- _Records to process_
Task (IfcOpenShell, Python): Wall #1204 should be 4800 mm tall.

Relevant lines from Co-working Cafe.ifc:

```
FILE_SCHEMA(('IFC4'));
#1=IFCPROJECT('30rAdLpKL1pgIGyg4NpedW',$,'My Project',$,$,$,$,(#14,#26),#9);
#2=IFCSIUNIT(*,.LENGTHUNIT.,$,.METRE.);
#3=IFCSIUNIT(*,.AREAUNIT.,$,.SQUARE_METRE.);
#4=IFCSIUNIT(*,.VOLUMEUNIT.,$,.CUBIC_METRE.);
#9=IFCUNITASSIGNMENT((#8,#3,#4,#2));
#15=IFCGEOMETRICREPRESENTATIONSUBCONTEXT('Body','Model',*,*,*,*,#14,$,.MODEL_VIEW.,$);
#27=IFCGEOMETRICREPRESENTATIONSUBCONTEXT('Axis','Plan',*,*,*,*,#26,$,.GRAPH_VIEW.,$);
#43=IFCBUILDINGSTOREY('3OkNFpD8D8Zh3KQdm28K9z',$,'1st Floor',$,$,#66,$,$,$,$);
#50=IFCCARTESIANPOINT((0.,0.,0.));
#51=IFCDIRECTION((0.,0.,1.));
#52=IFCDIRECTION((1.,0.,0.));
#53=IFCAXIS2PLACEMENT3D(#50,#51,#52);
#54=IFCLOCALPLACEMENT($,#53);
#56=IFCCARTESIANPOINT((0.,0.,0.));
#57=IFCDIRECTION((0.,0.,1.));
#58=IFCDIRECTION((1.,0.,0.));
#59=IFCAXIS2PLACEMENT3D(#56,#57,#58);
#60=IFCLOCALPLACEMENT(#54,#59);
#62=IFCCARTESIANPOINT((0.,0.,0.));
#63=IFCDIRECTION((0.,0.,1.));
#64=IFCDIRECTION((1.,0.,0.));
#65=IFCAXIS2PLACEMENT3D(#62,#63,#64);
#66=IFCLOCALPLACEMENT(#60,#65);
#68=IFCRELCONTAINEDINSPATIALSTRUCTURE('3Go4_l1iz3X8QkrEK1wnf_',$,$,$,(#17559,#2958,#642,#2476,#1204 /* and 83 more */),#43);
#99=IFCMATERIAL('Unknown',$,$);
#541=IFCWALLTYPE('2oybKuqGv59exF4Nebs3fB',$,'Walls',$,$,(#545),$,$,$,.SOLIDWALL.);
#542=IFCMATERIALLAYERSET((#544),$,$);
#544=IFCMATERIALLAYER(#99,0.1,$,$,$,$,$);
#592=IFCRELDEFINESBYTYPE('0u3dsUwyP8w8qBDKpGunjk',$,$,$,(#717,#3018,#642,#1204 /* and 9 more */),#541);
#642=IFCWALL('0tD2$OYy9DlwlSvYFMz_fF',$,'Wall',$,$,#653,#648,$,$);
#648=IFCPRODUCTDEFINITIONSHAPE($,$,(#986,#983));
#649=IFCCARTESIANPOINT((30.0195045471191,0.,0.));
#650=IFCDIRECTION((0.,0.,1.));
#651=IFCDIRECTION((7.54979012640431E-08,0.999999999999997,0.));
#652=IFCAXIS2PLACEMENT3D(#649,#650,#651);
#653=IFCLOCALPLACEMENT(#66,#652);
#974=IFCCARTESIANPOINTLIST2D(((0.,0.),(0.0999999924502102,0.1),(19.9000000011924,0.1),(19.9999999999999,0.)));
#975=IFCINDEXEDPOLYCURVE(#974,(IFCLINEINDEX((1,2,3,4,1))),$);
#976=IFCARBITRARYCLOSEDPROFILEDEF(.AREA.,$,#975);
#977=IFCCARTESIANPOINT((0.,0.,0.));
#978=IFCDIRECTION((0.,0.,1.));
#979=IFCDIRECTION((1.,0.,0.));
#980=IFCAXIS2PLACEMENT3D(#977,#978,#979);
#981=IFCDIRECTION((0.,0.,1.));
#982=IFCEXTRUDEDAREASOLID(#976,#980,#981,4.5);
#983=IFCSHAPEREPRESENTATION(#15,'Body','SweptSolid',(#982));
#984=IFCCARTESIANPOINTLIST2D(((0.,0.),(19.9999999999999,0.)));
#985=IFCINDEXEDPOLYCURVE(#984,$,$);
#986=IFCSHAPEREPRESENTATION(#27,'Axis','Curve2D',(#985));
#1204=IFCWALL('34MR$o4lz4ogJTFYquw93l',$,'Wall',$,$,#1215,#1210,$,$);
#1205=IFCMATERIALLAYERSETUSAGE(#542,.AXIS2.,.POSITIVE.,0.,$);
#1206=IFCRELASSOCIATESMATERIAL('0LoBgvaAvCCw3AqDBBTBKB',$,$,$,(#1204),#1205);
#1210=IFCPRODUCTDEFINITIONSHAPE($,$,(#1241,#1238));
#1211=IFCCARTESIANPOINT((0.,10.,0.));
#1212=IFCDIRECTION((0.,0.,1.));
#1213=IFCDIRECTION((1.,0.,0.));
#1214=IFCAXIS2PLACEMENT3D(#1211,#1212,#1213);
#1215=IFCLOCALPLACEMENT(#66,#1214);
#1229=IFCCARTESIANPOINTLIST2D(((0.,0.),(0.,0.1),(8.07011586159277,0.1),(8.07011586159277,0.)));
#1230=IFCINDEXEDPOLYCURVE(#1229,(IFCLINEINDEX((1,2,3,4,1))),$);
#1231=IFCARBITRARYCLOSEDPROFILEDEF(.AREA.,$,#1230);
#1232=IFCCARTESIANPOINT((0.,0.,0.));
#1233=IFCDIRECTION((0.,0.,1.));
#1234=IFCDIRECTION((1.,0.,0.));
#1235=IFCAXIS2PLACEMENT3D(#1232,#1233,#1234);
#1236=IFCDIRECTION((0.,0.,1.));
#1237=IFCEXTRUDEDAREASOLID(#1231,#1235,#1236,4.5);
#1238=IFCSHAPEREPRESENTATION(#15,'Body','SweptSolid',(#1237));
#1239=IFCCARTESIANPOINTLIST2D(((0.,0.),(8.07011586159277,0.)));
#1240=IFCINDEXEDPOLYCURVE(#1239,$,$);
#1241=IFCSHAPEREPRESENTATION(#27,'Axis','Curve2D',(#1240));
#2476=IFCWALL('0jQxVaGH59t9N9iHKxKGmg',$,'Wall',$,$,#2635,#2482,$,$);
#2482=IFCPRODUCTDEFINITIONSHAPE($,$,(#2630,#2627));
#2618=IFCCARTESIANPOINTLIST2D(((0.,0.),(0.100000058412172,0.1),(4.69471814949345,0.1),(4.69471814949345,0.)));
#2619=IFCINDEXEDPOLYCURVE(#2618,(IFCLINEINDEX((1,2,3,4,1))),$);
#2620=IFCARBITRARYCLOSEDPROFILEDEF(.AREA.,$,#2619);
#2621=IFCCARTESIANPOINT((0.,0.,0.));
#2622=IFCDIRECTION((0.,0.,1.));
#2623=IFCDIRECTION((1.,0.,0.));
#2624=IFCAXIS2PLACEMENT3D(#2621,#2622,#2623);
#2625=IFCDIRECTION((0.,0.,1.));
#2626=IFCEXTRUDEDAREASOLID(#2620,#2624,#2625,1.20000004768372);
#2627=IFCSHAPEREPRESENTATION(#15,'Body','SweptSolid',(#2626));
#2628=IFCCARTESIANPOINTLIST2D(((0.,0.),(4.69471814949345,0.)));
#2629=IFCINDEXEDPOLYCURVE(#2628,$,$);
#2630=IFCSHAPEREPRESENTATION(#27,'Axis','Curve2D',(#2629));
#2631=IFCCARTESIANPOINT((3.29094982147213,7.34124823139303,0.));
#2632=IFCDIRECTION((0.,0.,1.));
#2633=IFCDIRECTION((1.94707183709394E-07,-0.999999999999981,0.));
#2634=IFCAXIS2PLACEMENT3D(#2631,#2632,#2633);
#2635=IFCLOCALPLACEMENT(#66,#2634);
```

```python
import ifcopenshell
import ifcopenshell.geom
import ifcopenshell.util.representation
import ifcopenshell.util.shape

model = ifcopenshell.open("Co-working Cafe.ifc")
settings = ifcopenshell.geom.settings()


def volume(element):
    """Net volume in cubic metres, openings subtracted."""
    shape = ifcopenshell.geom.create_shape(settings, element)
    return ifcopenshell.util.shape.get_volume(shape.geometry)


wall = model.by_guid("34MR$o4lz4ogJTFYquw93l")
before = volume(wall)

body = ifcopenshell.util.representation.get_representation(wall, "Model", "Body")
solid = body.Items[0]
old_height = solid.Depth
solid.Depth = 4.8
after = volume(wall)

print(f"height {old_height:g} -> {solid.Depth:g}, volume {before:.3f} -> {after:.3f} m3")

model.write("Co-working Cafe_rev.ifc")
```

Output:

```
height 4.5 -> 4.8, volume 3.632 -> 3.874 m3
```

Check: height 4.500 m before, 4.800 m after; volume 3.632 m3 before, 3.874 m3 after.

- _Task brief_
Report back each line of the entries that holds the string "IFCGEOMETRICREPRESENTATIONSUBCONTEXT".

- _Solution_
#15=IFCGEOMETRICREPRESENTATIONSUBCONTEXT('Body','Model',*,*,*,*,#14,$,.MODEL_VIEW.,$);
#27=IFCGEOMETRICREPRESENTATIONSUBCONTEXT('Axis','Plan',*,*,*,*,#26,$,.GRAPH_VIEW.,$);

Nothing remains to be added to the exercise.